There are several consistent radiological features associated with FAI [8–10, 14], yet there are many people with these radiological features who are asymptomatic [44–47]. In fact there are patients with bilateral radiological evidence of FAI but with only one symptomatic hip [29]. Furthermore, there have been contradictory reports in the form of longitudinal studies linking some of these radiological features with the development of OA in these asymptomatic people [44, 47]. This highlights the fact that FAI represents not a single entity but a wide spectrum [24] caused by many variable parameters with some having more influence than others either independently or in constellation with other demographic and clinical variables. Recognising the heterogeneity of this condition is fundamental to research in this arena. Categorising patients into cam, pincer and mixed FAI may be adequate in the clinical setting, but this classification is still very broad in research terms especially when considering the number of radiological variables associated with each type of FAI [8–10]. We need to have a system of not only recording the presence or absence of certain radiological and clinical signs but we also need to quantify these signs on categorical or continuous scales so that they can be specifically and directly correlated with the outcomes in kinematics and kinetics. For example, categorising patients into groups according to an alpha angle of greater or less than 50° may not be sufficient, instead the actual angle will need to be recorded and correlated as a continuous variable with the measured outcome in a univariate or multivariate analysis with other factors.

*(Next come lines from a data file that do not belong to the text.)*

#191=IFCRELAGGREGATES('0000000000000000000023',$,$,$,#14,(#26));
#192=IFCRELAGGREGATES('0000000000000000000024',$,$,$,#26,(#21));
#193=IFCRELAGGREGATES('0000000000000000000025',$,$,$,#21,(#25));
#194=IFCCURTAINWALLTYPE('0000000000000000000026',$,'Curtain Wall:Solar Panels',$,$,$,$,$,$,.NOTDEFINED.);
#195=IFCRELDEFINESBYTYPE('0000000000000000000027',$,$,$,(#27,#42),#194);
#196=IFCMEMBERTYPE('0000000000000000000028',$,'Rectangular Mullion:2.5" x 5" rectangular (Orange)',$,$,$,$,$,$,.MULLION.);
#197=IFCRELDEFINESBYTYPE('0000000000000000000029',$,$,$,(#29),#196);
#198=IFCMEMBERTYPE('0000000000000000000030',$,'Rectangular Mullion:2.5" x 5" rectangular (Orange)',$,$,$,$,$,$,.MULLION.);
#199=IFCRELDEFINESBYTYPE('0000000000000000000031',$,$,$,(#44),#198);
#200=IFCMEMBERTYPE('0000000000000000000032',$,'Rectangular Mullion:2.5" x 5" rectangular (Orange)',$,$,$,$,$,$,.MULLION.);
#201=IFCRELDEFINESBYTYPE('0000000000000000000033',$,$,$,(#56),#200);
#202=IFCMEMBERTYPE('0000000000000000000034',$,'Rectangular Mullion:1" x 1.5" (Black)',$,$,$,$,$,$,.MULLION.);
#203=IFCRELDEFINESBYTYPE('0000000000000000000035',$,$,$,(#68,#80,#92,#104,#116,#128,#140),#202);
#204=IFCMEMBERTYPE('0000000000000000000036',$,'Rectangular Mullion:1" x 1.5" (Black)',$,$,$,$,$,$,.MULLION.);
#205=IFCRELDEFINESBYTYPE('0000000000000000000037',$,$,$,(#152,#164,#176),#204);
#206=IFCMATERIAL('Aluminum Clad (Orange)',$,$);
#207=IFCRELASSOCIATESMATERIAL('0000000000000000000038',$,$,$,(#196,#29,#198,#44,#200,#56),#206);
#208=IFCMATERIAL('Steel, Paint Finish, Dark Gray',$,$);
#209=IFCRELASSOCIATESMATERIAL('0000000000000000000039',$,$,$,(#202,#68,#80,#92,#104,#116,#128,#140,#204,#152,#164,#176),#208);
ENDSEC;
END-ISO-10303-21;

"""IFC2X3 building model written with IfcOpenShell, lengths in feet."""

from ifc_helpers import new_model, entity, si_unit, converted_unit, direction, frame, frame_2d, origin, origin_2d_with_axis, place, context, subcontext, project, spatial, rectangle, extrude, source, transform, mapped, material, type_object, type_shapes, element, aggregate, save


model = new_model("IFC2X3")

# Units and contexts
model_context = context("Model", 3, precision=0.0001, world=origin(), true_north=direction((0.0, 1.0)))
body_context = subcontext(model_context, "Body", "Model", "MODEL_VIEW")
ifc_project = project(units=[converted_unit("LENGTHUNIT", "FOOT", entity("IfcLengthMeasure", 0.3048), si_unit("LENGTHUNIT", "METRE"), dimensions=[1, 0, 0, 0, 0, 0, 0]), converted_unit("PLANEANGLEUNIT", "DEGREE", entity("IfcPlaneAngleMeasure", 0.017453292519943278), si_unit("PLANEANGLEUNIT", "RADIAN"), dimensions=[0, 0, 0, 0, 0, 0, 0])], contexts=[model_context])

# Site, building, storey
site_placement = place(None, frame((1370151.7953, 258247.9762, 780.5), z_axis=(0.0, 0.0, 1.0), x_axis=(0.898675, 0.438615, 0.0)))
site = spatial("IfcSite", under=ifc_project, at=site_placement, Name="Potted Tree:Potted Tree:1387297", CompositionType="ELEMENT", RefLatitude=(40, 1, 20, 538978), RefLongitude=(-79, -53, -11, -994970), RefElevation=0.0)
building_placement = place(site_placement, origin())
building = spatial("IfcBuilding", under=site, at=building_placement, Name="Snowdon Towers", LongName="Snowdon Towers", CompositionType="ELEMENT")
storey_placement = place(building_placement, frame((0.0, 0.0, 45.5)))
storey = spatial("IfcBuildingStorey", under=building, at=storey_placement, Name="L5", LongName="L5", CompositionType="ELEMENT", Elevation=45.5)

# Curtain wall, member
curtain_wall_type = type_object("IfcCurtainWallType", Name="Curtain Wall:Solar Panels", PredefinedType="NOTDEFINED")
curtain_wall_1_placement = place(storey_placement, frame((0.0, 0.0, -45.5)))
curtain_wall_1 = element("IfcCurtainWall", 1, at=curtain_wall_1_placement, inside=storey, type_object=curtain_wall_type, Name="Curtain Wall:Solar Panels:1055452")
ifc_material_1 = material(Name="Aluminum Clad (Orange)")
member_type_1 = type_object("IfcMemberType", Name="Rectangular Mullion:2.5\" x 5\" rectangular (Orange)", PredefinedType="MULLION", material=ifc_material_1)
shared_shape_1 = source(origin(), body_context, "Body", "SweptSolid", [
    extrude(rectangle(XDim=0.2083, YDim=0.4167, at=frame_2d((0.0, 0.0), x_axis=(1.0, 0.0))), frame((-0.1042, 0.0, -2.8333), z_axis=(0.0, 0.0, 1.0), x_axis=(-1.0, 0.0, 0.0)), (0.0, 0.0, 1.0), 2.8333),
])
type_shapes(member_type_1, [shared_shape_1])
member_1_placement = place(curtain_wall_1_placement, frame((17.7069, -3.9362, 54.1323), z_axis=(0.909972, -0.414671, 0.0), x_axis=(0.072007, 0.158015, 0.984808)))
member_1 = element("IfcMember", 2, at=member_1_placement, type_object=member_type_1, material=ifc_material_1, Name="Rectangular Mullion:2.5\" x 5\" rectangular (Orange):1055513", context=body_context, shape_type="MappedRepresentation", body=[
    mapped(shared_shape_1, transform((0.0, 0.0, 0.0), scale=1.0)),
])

Another important factor that has been ignored by the studies but highlighted by several authors is the significant impact of early and pre-radiological OA in FAI [39–41]. None of the studies conducted so far assessed for the absence or presence of OA on MRI scans or during arthroscopy or attempted to quantify its severity on the symptomatic hip. They have relied on simple radiographs during the recruitment of patients, therefore inevitably missing many patients with pre-radiological early OA. We therefore recommend the quantification of the amount of OA based on MRI scans and/or chondral damage found during surgery [48]. This can be then correlated alongside other radiological features with different kinematic and kinetic variables.
In conclusion, there is very little published in the field of gait analysis and FAI and the studies conducted so far suffer from common weaknesses such as the inclusion of a small and inconsistent cohort of participants. Considering the multiple variables (radiological, demographic and clinical) associated with this condition, studies with a large cohort of patients are needed in order to be able to draw meaningful conclusions. This will require the collaboration of the different centres interested in this field for the recruitment of enough participants that will allow for adequate subgroup analysis according to these variables.